Small Form Factor Face-Off! We Compare 5 Compact Contenders
From the caliber of their parts to the breadth of their abilities to their unconventional shapes and sizes, today's small form factor PCs are a tasty treat for power users

It has long been considered common wisdom that the smaller the size of a PC, the greater its compromises. Notebooks, no matter how fat, for example, will never touch the power of a desktop machine.
The same held true for small form factor rigs. But is that still the case?

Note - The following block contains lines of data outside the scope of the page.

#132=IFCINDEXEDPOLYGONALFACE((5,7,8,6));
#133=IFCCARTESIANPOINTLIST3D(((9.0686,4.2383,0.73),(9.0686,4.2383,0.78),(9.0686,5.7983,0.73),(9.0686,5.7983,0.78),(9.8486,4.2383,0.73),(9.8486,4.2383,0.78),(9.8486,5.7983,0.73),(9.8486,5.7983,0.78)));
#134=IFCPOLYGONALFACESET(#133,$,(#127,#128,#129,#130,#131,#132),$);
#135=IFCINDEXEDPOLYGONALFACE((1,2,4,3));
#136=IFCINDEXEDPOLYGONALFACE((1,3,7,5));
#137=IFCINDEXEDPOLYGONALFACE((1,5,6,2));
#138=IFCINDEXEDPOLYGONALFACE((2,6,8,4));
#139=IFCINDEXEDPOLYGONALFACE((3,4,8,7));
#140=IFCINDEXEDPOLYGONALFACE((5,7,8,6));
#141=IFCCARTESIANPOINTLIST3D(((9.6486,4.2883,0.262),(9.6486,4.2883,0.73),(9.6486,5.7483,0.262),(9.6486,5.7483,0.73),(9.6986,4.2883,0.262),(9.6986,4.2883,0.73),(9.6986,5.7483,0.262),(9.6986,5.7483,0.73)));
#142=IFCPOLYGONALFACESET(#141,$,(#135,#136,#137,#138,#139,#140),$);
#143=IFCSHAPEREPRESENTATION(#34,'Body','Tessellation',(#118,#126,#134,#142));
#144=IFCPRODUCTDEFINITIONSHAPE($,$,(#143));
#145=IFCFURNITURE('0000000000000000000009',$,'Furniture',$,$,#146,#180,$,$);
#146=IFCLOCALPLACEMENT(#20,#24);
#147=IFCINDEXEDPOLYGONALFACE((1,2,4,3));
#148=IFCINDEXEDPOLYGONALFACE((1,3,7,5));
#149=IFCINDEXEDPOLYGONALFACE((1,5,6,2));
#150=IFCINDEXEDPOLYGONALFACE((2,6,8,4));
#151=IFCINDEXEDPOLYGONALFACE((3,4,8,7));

To find out how today’s SFF rigs compare with their full-size desktop brethren, we tasked five top PC makers with sending us their best and brightest, and, well, smallest machines.
We didn’t put any hard and fast limits on size or price. Instead, we wanted the vendors to go nuts with the definition of “small form factor rig.” As a result, what we received for our shoot-out was an incredibly diverse assortment of shapes and sizes that completely upended our old notions of the category. It also proved to us that small PCs can pack a mighty punch.

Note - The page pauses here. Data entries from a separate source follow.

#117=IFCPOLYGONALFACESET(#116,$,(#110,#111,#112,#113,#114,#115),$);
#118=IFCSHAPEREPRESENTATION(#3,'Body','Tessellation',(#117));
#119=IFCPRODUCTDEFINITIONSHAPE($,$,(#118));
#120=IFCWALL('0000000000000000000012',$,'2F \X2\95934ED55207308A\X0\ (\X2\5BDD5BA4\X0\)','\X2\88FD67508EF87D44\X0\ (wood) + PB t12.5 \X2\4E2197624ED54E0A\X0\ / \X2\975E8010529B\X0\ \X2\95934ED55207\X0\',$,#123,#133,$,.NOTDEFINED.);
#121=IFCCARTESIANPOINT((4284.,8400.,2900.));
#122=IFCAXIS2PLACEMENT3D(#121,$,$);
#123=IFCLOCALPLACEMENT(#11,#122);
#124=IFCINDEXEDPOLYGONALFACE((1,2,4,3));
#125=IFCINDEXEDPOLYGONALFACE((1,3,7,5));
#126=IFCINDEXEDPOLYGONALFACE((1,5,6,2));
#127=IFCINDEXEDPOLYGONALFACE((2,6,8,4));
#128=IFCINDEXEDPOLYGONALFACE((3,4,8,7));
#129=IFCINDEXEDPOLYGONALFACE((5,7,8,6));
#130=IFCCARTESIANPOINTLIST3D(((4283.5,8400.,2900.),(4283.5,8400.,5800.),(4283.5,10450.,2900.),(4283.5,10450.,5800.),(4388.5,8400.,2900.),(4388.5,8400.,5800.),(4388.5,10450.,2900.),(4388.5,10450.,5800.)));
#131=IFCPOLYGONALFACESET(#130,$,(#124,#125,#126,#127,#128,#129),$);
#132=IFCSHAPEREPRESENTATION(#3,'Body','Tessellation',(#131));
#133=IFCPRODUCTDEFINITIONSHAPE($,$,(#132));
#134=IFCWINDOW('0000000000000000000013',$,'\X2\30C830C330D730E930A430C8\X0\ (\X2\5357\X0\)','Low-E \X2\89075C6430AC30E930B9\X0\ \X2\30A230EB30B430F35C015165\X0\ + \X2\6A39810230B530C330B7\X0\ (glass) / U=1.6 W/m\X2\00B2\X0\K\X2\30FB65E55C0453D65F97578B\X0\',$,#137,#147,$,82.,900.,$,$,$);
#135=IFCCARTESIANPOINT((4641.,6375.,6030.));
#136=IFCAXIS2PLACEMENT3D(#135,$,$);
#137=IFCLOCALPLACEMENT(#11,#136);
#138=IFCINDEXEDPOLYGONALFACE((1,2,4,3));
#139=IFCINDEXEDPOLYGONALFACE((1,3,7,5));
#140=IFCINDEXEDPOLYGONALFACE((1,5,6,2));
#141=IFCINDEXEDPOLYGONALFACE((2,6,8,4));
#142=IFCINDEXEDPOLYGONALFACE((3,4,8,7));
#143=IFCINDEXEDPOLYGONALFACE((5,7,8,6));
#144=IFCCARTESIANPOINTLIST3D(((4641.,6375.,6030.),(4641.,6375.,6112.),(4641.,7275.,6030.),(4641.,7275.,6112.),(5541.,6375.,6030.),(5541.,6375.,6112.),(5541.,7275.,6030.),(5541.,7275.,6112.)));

To judge these little wonders, we looked at price, aesthetics, power consumption, acoustics, and, of course, performance. What you’ll see is that this contest yielded some unexpected challengers and results.
Falcon Northwest FragBox
Falcon Northwest’s FragBox is no new face around here. We’ve seen various iterations of this SFF over the years, but the latest is perhaps the most impressive. In a chassis that’s the second-smallest of the bunch—just slightly larger than CyberPower’s LAN Party Evo—Falcon manages to jam in not one, but two GeForce GTX 580 cards, along with a 3.4GHz Core i7-2600K overclocked to 4.2GHz.
Storage is handled by Crucial’s new 256GB M4 SSD and a 1TB Western Digital HDD. RAM is maxed out on the Asus P8P67M with 16GB of DDR3/1600.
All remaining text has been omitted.